(Saved entries)
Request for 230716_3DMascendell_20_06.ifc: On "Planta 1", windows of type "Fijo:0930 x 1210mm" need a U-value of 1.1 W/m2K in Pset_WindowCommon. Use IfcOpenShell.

First a look at what the model holds.

```python
import ifcopenshell
import ifcopenshell.util.element

model = ifcopenshell.open("230716_3DMascendell_20_06.ifc")
print(model.schema)
storey = next(s for s in model.by_type("IfcBuildingStorey") if s.Name == "Planta 1")
windows = [e for e in ifcopenshell.util.element.get_decomposition(storey) if e.is_a("IfcWindow")]
seen = {}
for e in windows:
    element_type = ifcopenshell.util.element.get_type(e)
    key = (element_type.Name if element_type != e and element_type else None, ifcopenshell.util.element.get_pset(e, "Pset_WindowCommon", "ThermalTransmittance"))
    seen[key] = seen.get(key, 0) + 1
for (name, value), count in sorted(seen.items(), key=str):
    print(count, "x", name, "|", value)
```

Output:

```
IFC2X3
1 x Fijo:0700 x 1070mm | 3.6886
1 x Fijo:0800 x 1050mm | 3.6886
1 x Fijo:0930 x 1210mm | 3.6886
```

```python
import ifcopenshell
import ifcopenshell.api.pset
import ifcopenshell.util.element

model = ifcopenshell.open("230716_3DMascendell_20_06.ifc")

storey = next(s for s in model.by_type("IfcBuildingStorey") if s.Name == "Planta 1")
windows = [e for e in ifcopenshell.util.element.get_decomposition(storey) if e.is_a("IfcWindow")]

count = 0
for e in windows:
    element_type = ifcopenshell.util.element.get_type(e)
    if element_type in (None, e) or element_type.Name != "Fijo:0930 x 1210mm":
        continue
    # add_pset returns the element's existing set when there is one.
    pset = ifcopenshell.api.pset.add_pset(model, product=e, name="Pset_WindowCommon")
    ifcopenshell.api.pset.edit_pset(model, pset=pset, properties={"ThermalTransmittance": 1.1})
    count += 1

print(count, "windows updated")

model.write("230716_3DMascendell_20_06_v2.ifc")
```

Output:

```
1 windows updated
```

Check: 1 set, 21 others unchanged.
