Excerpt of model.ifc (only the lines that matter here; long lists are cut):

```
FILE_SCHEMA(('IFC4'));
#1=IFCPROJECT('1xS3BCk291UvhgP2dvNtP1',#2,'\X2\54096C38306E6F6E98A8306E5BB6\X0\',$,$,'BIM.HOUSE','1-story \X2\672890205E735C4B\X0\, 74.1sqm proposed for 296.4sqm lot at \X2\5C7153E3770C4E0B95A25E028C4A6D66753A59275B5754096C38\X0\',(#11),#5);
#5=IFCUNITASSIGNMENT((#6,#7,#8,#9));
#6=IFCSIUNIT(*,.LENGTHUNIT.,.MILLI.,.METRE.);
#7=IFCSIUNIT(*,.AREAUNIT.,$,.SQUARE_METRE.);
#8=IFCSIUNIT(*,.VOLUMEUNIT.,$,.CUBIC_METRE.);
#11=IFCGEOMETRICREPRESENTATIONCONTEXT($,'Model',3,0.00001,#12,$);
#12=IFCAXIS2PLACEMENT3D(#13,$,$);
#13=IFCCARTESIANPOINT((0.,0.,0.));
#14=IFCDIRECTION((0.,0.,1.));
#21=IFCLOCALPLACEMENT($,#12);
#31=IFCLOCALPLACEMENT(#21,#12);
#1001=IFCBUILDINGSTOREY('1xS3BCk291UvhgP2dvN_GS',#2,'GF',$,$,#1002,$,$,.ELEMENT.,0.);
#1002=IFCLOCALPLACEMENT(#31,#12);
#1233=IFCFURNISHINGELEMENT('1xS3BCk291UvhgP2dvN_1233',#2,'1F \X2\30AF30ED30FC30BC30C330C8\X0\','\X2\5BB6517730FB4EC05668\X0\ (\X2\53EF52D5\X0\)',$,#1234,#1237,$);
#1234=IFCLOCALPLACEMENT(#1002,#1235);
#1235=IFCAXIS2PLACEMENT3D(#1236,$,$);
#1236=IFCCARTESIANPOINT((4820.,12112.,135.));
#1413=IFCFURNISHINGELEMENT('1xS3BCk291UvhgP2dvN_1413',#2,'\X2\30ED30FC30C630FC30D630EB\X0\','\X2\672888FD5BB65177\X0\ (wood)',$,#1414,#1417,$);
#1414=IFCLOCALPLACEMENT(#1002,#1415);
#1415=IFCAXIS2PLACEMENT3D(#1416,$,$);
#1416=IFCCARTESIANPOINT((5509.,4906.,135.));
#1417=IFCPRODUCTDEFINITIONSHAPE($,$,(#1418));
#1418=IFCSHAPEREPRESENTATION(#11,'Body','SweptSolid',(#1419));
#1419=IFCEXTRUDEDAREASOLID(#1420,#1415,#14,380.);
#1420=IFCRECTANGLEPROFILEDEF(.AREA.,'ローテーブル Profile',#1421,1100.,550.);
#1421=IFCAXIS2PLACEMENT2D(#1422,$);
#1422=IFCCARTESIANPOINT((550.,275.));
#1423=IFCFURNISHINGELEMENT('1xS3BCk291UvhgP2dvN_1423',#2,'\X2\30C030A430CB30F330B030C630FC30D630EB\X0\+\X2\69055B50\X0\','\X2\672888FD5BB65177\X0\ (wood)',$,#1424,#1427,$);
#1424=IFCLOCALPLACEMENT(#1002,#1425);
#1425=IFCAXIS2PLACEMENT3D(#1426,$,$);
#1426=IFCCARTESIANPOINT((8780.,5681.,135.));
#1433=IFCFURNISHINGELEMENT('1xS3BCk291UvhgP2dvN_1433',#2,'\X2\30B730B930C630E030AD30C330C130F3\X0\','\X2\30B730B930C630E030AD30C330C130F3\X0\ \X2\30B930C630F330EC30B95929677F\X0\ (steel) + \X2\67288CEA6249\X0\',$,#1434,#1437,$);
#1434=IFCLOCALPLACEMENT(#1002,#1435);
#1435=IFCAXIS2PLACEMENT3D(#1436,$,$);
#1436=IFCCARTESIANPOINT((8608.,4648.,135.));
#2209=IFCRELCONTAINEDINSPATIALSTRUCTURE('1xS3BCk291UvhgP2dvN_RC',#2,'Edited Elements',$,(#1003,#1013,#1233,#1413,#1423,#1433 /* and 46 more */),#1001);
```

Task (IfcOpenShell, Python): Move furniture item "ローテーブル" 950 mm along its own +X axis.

```python
import ifcopenshell
import ifcopenshell.api.geometry
import ifcopenshell.util.placement
import ifcopenshell.util.unit

model = ifcopenshell.open("model.ifc")
unit_scale = ifcopenshell.util.unit.calculate_unit_scale(model)

item = model.by_guid("1xS3BCk291UvhgP2dvN_1413")
matrix = ifcopenshell.util.placement.get_local_placement(item.ObjectPlacement)
matrix[:3, 3] += matrix[:3, 0] * 0.95 / unit_scale
ifcopenshell.api.geometry.edit_object_placement(model, product=item, matrix=matrix, is_si=False)

print(ifcopenshell.util.placement.get_local_placement(item.ObjectPlacement).round(3) + 0.0)

model.write("model_updated.ifc")
```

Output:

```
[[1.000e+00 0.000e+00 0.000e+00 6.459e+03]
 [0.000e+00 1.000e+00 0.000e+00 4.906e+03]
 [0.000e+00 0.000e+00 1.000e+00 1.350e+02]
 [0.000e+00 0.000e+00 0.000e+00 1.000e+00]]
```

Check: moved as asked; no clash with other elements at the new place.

TASK STATEMENT
Having read the records above, reproduce each one exactly.

COMPLETED TASK
Request for 230716_3DMascendell_20_06.ifc: On "Planta 1", windows of type "Fijo:0930 x 1210mm" need a U-value of 1.1 W/m2K in Pset_WindowCommon. Use IfcOpenShell.

First a look at what the model holds.

```python
import ifcopenshell
import ifcopenshell.util.element

model = ifcopenshell.open("230716_3DMascendell_20_06.ifc")
print(model.schema)
storey = next(s for s in model.by_type("IfcBuildingStorey") if s.Name == "Planta 1")
windows = [e for e in ifcopenshell.util.element.get_decomposition(storey) if e.is_a("IfcWindow")]
seen = {}
for e in windows:
    element_type = ifcopenshell.util.element.get_type(e)
    key = (element_type.Name if element_type != e and element_type else None, ifcopenshell.util.element.get_pset(e, "Pset_WindowCommon", "ThermalTransmittance"))
    seen[key] = seen.get(key, 0) + 1
for (name, value), count in sorted(seen.items(), key=str):
    print(count, "x", name, "|", value)
```

Output:

```
IFC2X3
1 x Fijo:0700 x 1070mm | 3.6886
1 x Fijo:0800 x 1050mm | 3.6886
1 x Fijo:0930 x 1210mm | 3.6886
```

```python
import ifcopenshell
import ifcopenshell.api.pset
import ifcopenshell.util.element

model = ifcopenshell.open("230716_3DMascendell_20_06.ifc")

storey = next(s for s in model.by_type("IfcBuildingStorey") if s.Name == "Planta 1")
windows = [e for e in ifcopenshell.util.element.get_decomposition(storey) if e.is_a("IfcWindow")]

count = 0
for e in windows:
    element_type = ifcopenshell.util.element.get_type(e)
    if element_type in (None, e) or element_type.Name != "Fijo:0930 x 1210mm":
        continue
    # add_pset returns the element's existing set when there is one.
    pset = ifcopenshell.api.pset.add_pset(model, product=e, name="Pset_WindowCommon")
    ifcopenshell.api.pset.edit_pset(model, pset=pset, properties={"ThermalTransmittance": 1.1})
    count += 1

print(count, "windows updated")

model.write("230716_3DMascendell_20_06_v2.ifc")
```

Output:

```
1 windows updated
```

Check: 1 set, 21 others unchanged.
Excerpt of model.ifc (only the lines that matter here; long lists are cut):

```
FILE_SCHEMA(('IFC4'));
#1=IFCPROJECT('1xS3BCk291UvhgP2dvNtP1',#2,'\X2\54096C38306E6F6E98A8306E5BB6\X0\',$,$,'BIM.HOUSE','1-story \X2\672890205E735C4B\X0\, 74.1sqm proposed for 296.4sqm lot at \X2\5C7153E3770C4E0B95A25E028C4A6D66753A59275B5754096C38\X0\',(#11),#5);
#5=IFCUNITASSIGNMENT((#6,#7,#8,#9));
#6=IFCSIUNIT(*,.LENGTHUNIT.,.MILLI.,.METRE.);
#7=IFCSIUNIT(*,.AREAUNIT.,$,.SQUARE_METRE.);
#8=IFCSIUNIT(*,.VOLUMEUNIT.,$,.CUBIC_METRE.);
#11=IFCGEOMETRICREPRESENTATIONCONTEXT($,'Model',3,0.00001,#12,$);
#12=IFCAXIS2PLACEMENT3D(#13,$,$);
#13=IFCCARTESIANPOINT((0.,0.,0.));
#14=IFCDIRECTION((0.,0.,1.));
#21=IFCLOCALPLACEMENT($,#12);
#31=IFCLOCALPLACEMENT(#21,#12);
#1001=IFCBUILDINGSTOREY('1xS3BCk291UvhgP2dvN_GS',#2,'GF',$,$,#1002,$,$,.ELEMENT.,0.);
#1002=IFCLOCALPLACEMENT(#31,#12);
#1233=IFCFURNISHINGELEMENT('1xS3BCk291UvhgP2dvN_1233',#2,'1F \X2\30AF30ED30FC30BC30C330C8\X0\','\X2\5BB6517730FB4EC05668\X0\ (\X2\53EF52D5\X0\)',$,#1234,#1237,$);
#1234=IFCLOCALPLACEMENT(#1002,#1235);
#1235=IFCAXIS2PLACEMENT3D(#1236,$,$);
#1236=IFCCARTESIANPOINT((4820.,12112.,135.));
#1413=IFCFURNISHINGELEMENT('1xS3BCk291UvhgP2dvN_1413',#2,'\X2\30ED30FC30C630FC30D630EB\X0\','\X2\672888FD5BB65177\X0\ (wood)',$,#1414,#1417,$);
#1414=IFCLOCALPLACEMENT(#1002,#1415);
#1415=IFCAXIS2PLACEMENT3D(#1416,$,$);
#1416=IFCCARTESIANPOINT((5509.,4906.,135.));
#1417=IFCPRODUCTDEFINITIONSHAPE($,$,(#1418));
#1418=IFCSHAPEREPRESENTATION(#11,'Body','SweptSolid',(#1419));
#1419=IFCEXTRUDEDAREASOLID(#1420,#1415,#14,380.);
#1420=IFCRECTANGLEPROFILEDEF(.AREA.,'ローテーブル Profile',#1421,1100.,550.);
#1421=IFCAXIS2PLACEMENT2D(#1422,$);
#1422=IFCCARTESIANPOINT((550.,275.));
#1423=IFCFURNISHINGELEMENT('1xS3BCk291UvhgP2dvN_1423',#2,'\X2\30C030A430CB30F330B030C630FC30D630EB\X0\+\X2\69055B50\X0\','\X2\672888FD5BB65177\X0\ (wood)',$,#1424,#1427,$);
#1424=IFCLOCALPLACEMENT(#1002,#1425);
#1425=IFCAXIS2PLACEMENT3D(#1426,$,$);
#1426=IFCCARTESIANPOINT((8780.,5681.,135.));
#1433=IFCFURNISHINGELEMENT('1xS3BCk291UvhgP2dvN_1433',#2,'\X2\30B730B930C630E030AD30C330C130F3\X0\','\X2\30B730B930C630E030AD30C330C130F3\X0\ \X2\30B930C630F330EC30B95929677F\X0\ (steel) + \X2\67288CEA6249\X0\',$,#1434,#1437,$);
#1434=IFCLOCALPLACEMENT(#1002,#1435);
#1435=IFCAXIS2PLACEMENT3D(#1436,$,$);
#1436=IFCCARTESIANPOINT((8608.,4648.,135.));
#2209=IFCRELCONTAINEDINSPATIALSTRUCTURE('1xS3BCk291UvhgP2dvN_RC',#2,'Edited Elements',$,(#1003,#1013,#1233,#1413,#1423,#1433 /* and 46 more */),#1001);
```

Task (IfcOpenShell, Python): Move furniture item "ローテーブル" 950 mm along its own +X axis.

```python
import ifcopenshell
import ifcopenshell.api.geometry
import ifcopenshell.util.placement
import ifcopenshell.util.unit

model = ifcopenshell.open("model.ifc")
unit_scale = ifcopenshell.util.unit.calculate_unit_scale(model)

item = model.by_guid("1xS3BCk291UvhgP2dvN_1413")
matrix = ifcopenshell.util.placement.get_local_placement(item.ObjectPlacement)
matrix[:3, 3] += matrix[:3, 0] * 0.95 / unit_scale
ifcopenshell.api.geometry.edit_object_placement(model, product=item, matrix=matrix, is_si=False)

print(ifcopenshell.util.placement.get_local_placement(item.ObjectPlacement).round(3) + 0.0)

model.write("model_updated.ifc")
```

Output:

```
[[1.000e+00 0.000e+00 0.000e+00 6.459e+03]
 [0.000e+00 1.000e+00 0.000e+00 4.906e+03]
 [0.000e+00 0.000e+00 1.000e+00 1.350e+02]
 [0.000e+00 0.000e+00 0.000e+00 1.000e+00]]
```

Check: moved as asked; no clash with other elements at the new place.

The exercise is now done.